(The records Opens)
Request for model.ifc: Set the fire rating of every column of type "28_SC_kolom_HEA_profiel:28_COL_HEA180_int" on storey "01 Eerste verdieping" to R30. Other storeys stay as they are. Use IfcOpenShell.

First a look at what the model holds.

```python
import ifcopenshell
import ifcopenshell.util.element

model = ifcopenshell.open("model.ifc")
print(model.schema)
storey = next(s for s in model.by_type("IfcBuildingStorey") if s.Name == "01 Eerste verdieping")
columns = [e for e in ifcopenshell.util.element.get_decomposition(storey) if e.is_a("IfcColumn")]
seen = {}
for e in columns:
    element_type = ifcopenshell.util.element.get_type(e)
    key = (element_type.Name if element_type != e and element_type else None, ifcopenshell.util.element.get_pset(e, "Pset_ColumnCommon", "FireRating"))
    seen[key] = seen.get(key, 0) + 1
for (name, value), count in sorted(seen.items(), key=str):
    print(count, "x", name, "|", value)
```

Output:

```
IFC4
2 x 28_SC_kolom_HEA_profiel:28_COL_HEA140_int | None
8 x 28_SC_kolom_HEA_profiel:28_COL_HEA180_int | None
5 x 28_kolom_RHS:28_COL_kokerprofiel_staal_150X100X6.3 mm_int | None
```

```python
import ifcopenshell
import ifcopenshell.api.pset
import ifcopenshell.util.element

model = ifcopenshell.open("model.ifc")

storey = next(s for s in model.by_type("IfcBuildingStorey") if s.Name == "01 Eerste verdieping")
columns = [e for e in ifcopenshell.util.element.get_decomposition(storey) if e.is_a("IfcColumn")]

count = 0
for e in columns:
    element_type = ifcopenshell.util.element.get_type(e)
    if element_type in (None, e) or element_type.Name != "28_SC_kolom_HEA_profiel:28_COL_HEA180_int":
        continue
    # add_pset returns the element's existing set when there is one.
    pset = ifcopenshell.api.pset.add_pset(model, product=e, name="Pset_ColumnCommon")
    ifcopenshell.api.pset.edit_pset(model, pset=pset, properties={"FireRating": "R30"})
    count += 1

print(count, "columns updated")

model.write("model_rev.ifc")
```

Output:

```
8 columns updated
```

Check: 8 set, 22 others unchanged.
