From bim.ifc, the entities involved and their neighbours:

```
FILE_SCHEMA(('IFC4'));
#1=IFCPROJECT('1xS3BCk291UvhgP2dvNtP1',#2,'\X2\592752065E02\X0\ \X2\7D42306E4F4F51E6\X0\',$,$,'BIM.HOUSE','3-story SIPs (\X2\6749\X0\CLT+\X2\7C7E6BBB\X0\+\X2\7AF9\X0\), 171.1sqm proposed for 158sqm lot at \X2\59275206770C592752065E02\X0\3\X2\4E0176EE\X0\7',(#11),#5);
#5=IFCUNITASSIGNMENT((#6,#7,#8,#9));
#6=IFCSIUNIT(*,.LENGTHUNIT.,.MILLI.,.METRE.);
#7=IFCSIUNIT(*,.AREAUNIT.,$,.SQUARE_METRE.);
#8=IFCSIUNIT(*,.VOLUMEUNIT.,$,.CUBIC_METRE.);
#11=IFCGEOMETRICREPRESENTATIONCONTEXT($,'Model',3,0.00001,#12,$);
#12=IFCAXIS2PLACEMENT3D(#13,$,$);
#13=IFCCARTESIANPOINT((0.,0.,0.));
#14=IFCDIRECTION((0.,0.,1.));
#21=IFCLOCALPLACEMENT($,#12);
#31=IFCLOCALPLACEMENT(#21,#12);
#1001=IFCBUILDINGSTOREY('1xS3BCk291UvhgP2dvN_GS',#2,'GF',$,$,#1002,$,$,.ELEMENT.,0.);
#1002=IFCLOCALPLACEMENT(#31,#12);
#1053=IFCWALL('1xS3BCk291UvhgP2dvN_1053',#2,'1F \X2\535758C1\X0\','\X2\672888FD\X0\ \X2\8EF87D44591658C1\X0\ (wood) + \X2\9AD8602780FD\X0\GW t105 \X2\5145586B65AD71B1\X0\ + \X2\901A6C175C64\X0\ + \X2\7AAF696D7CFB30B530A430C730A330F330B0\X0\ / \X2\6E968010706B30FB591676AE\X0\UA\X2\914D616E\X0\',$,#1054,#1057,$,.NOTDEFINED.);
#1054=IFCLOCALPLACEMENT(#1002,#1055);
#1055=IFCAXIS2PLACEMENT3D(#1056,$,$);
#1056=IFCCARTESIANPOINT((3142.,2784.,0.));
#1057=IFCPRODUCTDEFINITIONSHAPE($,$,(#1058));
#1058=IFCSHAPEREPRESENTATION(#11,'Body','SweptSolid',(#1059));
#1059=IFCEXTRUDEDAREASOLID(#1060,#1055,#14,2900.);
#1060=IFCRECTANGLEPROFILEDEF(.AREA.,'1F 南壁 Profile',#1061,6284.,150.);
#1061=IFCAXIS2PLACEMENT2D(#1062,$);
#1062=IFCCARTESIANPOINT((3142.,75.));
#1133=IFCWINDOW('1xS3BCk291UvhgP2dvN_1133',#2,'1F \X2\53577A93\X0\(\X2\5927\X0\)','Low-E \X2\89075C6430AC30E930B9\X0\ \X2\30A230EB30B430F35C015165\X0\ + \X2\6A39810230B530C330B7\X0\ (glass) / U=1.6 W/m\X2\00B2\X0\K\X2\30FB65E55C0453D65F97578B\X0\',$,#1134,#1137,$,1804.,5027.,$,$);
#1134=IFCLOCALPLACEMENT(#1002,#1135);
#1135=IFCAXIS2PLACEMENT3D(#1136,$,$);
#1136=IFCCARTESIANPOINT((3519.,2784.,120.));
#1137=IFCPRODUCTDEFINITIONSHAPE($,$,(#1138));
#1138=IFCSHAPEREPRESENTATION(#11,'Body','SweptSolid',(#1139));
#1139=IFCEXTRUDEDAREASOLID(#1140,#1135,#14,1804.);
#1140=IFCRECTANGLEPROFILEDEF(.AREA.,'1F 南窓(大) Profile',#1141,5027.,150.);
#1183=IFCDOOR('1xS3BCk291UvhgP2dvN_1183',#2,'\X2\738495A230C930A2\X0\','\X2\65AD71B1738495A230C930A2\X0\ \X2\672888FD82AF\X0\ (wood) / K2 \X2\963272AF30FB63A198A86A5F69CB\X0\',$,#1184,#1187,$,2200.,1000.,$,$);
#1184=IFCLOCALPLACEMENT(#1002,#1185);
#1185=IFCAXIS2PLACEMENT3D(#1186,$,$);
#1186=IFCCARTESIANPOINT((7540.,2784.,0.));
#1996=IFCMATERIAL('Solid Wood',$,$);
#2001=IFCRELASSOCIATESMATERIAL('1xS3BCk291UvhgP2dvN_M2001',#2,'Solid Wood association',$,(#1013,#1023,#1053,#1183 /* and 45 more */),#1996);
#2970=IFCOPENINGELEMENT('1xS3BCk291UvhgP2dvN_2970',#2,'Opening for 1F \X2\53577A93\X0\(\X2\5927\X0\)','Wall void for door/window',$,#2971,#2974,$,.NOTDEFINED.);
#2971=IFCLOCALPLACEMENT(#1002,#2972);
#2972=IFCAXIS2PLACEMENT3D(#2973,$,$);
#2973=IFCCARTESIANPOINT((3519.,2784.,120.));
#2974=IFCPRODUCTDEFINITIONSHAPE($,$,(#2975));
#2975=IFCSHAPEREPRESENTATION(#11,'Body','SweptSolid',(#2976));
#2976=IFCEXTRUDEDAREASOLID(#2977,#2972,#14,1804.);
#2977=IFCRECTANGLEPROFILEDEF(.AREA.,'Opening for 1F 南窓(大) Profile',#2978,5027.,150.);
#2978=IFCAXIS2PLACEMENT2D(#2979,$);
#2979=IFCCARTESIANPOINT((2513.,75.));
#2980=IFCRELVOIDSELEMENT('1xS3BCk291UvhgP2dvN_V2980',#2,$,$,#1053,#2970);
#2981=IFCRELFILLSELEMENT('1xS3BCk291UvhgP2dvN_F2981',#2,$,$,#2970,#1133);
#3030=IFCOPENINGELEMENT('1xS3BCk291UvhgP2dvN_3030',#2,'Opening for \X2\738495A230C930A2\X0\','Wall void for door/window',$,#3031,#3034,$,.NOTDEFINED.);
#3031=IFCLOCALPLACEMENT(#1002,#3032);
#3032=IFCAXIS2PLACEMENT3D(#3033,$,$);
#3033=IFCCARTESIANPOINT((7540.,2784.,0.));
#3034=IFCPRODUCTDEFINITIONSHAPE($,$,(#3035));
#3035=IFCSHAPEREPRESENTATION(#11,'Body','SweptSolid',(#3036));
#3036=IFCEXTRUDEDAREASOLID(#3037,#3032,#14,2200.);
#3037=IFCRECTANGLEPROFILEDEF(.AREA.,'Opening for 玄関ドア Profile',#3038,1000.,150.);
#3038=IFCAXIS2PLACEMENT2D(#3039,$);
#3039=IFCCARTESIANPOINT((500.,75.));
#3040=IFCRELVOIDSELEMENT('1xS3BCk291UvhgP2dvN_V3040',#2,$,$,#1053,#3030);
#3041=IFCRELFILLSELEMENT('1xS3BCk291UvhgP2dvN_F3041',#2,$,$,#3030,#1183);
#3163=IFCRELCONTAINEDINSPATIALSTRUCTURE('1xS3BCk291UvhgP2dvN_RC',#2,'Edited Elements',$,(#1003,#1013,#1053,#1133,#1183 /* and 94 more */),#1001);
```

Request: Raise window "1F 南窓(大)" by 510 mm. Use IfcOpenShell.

```python
import numpy as np
import ifcopenshell
import ifcopenshell.api.geometry
import ifcopenshell.util.placement
import ifcopenshell.util.unit

model = ifcopenshell.open("bim.ifc")
unit_scale = ifcopenshell.util.unit.calculate_unit_scale(model)

window = model.by_id(1133)
opening = window.FillsVoids[0].RelatingOpeningElement
dz = 510.0

shift = np.array([0.0, 0.0, dz])
# The window is not placed relative to its opening, so move both.
for product in (opening, window):
    matrix = ifcopenshell.util.placement.get_local_placement(product.ObjectPlacement)
    matrix[:3, 3] += shift
    ifcopenshell.api.geometry.edit_object_placement(model, product=product, matrix=matrix, is_si=False)

print(f"moved by {dz * unit_scale:+.3f} m")

model.write("bim_edited.ifc")
```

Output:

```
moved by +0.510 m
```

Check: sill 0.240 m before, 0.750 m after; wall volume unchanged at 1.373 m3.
(The records Closes)
Find the lines above that contain the word "Check" and copy each one.

Result for this exercise:
Check: 8 set, 22 others unchanged.
Check: sill 0.240 m before, 0.750 m after; wall volume unchanged at 1.373 m3.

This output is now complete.